Exercise prompt | Some of the lines below need repeating. Reproduce exactly those between the lines holding "#7=IFCSIUNIT(*,.PLANEANGLEUNIT.,$,.RADIAN.);" and "#26=IFCINDEXEDPOLYGONALFACE((7,8,20,19));", inclusive.
+--
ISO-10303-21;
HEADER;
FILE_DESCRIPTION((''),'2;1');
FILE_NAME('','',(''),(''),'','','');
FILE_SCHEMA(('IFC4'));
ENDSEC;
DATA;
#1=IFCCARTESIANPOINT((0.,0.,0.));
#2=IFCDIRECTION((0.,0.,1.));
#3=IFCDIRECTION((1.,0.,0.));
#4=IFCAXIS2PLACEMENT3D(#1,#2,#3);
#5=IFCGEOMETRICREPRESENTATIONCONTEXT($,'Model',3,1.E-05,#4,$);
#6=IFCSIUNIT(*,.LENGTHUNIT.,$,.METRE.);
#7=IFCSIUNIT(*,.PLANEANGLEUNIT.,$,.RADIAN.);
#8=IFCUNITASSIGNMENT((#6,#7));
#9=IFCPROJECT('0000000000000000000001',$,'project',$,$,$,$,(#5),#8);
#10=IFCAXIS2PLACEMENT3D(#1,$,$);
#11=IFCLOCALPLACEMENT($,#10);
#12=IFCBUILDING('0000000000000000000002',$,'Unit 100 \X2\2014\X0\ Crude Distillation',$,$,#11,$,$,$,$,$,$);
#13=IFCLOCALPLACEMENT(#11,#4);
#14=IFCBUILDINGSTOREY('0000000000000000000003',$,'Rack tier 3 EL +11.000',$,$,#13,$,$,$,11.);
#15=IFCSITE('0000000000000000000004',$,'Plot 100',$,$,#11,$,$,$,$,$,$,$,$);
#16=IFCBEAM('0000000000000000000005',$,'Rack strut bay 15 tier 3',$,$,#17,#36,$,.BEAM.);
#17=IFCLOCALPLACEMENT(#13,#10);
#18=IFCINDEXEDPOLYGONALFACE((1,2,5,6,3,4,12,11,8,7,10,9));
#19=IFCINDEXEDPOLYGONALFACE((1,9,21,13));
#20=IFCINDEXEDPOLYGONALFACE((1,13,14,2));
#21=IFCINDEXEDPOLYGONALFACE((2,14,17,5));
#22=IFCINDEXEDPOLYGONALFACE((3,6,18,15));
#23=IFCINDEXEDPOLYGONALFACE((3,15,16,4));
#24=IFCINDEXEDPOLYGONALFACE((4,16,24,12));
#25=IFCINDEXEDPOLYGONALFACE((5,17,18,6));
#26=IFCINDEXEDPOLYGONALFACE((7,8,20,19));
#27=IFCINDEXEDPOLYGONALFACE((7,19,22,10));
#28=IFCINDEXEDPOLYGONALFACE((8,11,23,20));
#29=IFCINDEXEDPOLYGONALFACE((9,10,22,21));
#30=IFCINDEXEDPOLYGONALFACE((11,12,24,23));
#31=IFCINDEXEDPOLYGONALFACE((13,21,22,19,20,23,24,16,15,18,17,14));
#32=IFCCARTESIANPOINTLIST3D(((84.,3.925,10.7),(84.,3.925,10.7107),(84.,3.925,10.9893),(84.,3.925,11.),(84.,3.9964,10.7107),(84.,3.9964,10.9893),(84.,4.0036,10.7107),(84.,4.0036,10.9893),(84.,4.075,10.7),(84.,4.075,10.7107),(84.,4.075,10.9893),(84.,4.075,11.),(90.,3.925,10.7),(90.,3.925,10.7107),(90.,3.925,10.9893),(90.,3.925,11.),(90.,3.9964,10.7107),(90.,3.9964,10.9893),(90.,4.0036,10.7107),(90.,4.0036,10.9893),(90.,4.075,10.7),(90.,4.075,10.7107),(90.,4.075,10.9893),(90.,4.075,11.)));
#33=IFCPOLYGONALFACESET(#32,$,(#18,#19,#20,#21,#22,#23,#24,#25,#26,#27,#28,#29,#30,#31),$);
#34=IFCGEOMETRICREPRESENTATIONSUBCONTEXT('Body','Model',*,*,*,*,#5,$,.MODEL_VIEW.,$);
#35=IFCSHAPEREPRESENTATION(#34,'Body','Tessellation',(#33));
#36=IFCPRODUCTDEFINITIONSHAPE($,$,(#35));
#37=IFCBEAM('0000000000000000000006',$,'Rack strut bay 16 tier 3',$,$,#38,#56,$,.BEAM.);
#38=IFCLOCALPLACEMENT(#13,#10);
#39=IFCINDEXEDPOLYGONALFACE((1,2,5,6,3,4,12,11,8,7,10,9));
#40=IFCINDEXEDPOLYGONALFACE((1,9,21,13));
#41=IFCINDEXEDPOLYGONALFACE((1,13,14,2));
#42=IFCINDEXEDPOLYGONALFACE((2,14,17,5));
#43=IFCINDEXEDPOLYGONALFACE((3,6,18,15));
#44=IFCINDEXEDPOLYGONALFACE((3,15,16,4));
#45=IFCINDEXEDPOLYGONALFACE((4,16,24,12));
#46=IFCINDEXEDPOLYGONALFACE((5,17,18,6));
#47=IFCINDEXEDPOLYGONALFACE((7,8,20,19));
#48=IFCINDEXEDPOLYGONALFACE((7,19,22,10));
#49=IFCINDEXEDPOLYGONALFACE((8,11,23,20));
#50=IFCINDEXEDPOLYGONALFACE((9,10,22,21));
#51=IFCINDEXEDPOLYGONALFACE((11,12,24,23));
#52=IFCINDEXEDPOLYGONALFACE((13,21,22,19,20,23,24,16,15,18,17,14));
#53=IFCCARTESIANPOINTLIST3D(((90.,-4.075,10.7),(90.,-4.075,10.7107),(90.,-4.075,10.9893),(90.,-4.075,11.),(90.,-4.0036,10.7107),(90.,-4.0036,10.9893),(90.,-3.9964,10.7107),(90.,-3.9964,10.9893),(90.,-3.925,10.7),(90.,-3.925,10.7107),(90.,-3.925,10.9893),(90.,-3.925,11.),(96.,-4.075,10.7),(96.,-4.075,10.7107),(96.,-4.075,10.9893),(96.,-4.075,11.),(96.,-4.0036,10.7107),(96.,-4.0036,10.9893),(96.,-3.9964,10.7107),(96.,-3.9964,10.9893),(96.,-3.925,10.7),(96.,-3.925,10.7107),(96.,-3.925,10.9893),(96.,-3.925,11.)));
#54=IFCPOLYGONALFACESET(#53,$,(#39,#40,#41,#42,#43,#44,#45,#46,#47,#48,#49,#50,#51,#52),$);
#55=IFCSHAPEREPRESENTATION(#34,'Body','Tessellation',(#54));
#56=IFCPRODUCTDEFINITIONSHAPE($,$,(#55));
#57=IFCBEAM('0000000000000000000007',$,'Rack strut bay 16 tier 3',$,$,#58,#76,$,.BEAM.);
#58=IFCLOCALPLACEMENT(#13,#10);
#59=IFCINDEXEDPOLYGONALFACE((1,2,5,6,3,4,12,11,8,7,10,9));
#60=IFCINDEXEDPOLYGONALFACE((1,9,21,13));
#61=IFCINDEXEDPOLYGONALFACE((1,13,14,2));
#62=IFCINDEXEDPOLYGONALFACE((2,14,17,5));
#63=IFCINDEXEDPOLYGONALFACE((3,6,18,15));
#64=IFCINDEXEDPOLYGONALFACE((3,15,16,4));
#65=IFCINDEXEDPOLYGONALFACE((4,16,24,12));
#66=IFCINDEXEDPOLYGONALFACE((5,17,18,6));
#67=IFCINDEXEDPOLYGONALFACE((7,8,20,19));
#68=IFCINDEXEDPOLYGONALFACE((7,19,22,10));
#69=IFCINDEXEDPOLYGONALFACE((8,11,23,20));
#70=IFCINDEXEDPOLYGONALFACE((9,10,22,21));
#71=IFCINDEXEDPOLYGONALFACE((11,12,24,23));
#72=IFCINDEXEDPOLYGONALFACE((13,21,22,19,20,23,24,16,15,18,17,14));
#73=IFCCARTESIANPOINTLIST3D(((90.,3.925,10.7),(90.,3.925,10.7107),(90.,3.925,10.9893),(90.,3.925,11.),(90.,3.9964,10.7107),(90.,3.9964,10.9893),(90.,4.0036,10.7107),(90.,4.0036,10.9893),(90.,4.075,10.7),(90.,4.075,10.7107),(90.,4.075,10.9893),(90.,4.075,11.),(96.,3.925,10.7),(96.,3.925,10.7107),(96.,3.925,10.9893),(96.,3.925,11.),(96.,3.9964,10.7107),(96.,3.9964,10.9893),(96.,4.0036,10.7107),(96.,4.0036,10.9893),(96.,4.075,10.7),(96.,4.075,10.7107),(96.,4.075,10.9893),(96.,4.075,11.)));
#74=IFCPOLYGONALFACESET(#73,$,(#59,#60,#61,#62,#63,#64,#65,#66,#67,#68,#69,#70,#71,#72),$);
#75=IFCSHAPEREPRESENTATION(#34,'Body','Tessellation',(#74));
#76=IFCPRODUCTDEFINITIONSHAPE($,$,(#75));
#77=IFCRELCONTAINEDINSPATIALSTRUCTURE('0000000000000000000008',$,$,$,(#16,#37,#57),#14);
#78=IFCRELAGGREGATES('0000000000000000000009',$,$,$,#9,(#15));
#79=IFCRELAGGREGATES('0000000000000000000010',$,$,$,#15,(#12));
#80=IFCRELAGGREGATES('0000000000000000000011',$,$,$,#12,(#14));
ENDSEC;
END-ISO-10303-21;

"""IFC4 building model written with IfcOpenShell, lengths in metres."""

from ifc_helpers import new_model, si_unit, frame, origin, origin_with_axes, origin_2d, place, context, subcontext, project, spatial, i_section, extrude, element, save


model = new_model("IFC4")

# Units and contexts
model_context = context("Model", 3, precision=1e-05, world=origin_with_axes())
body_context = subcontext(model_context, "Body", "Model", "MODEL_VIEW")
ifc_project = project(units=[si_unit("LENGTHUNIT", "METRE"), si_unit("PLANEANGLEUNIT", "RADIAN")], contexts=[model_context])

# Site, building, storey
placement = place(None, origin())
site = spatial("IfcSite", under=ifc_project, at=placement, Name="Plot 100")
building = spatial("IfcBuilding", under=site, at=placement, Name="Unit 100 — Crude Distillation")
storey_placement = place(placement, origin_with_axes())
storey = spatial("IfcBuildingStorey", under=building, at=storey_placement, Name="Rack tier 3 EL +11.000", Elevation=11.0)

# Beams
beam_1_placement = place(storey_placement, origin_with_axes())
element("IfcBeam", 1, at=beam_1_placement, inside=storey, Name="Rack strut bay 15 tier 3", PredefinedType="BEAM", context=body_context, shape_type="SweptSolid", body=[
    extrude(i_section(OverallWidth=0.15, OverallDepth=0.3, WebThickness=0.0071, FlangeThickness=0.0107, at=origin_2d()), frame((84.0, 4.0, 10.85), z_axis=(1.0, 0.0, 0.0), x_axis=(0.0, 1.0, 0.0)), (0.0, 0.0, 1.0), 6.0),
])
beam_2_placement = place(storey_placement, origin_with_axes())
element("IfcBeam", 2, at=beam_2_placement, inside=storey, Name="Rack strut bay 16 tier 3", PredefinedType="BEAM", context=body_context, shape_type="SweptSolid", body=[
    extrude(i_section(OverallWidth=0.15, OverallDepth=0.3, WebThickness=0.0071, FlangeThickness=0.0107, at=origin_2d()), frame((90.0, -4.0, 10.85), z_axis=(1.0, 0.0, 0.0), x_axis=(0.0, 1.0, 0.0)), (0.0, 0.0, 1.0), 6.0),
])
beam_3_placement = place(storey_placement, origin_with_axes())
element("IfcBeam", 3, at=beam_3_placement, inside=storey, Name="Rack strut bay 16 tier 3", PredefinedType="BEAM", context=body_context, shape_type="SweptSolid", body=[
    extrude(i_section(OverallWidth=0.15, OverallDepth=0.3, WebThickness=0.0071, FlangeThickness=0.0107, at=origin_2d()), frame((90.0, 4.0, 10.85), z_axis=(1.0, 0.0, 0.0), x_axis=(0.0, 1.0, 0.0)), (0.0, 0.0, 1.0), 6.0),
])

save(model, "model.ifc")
+--
Reply to the exercise |
#7=IFCSIUNIT(*,.PLANEANGLEUNIT.,$,.RADIAN.);
#8=IFCUNITASSIGNMENT((#6,#7));
#9=IFCPROJECT('0000000000000000000001',$,'project',$,$,$,$,(#5),#8);
#10=IFCAXIS2PLACEMENT3D(#1,$,$);
#11=IFCLOCALPLACEMENT($,#10);
#12=IFCBUILDING('0000000000000000000002',$,'Unit 100 \X2\2014\X0\ Crude Distillation',$,$,#11,$,$,$,$,$,$);
#13=IFCLOCALPLACEMENT(#11,#4);
#14=IFCBUILDINGSTOREY('0000000000000000000003',$,'Rack tier 3 EL +11.000',$,$,#13,$,$,$,11.);
#15=IFCSITE('0000000000000000000004',$,'Plot 100',$,$,#11,$,$,$,$,$,$,$,$);
#16=IFCBEAM('0000000000000000000005',$,'Rack strut bay 15 tier 3',$,$,#17,#36,$,.BEAM.);
#17=IFCLOCALPLACEMENT(#13,#10);
#18=IFCINDEXEDPOLYGONALFACE((1,2,5,6,3,4,12,11,8,7,10,9));
#19=IFCINDEXEDPOLYGONALFACE((1,9,21,13));
#20=IFCINDEXEDPOLYGONALFACE((1,13,14,2));
#21=IFCINDEXEDPOLYGONALFACE((2,14,17,5));
#22=IFCINDEXEDPOLYGONALFACE((3,6,18,15));
#23=IFCINDEXEDPOLYGONALFACE((3,15,16,4));
#24=IFCINDEXEDPOLYGONALFACE((4,16,24,12));
#25=IFCINDEXEDPOLYGONALFACE((5,17,18,6));
#26=IFCINDEXEDPOLYGONALFACE((7,8,20,19));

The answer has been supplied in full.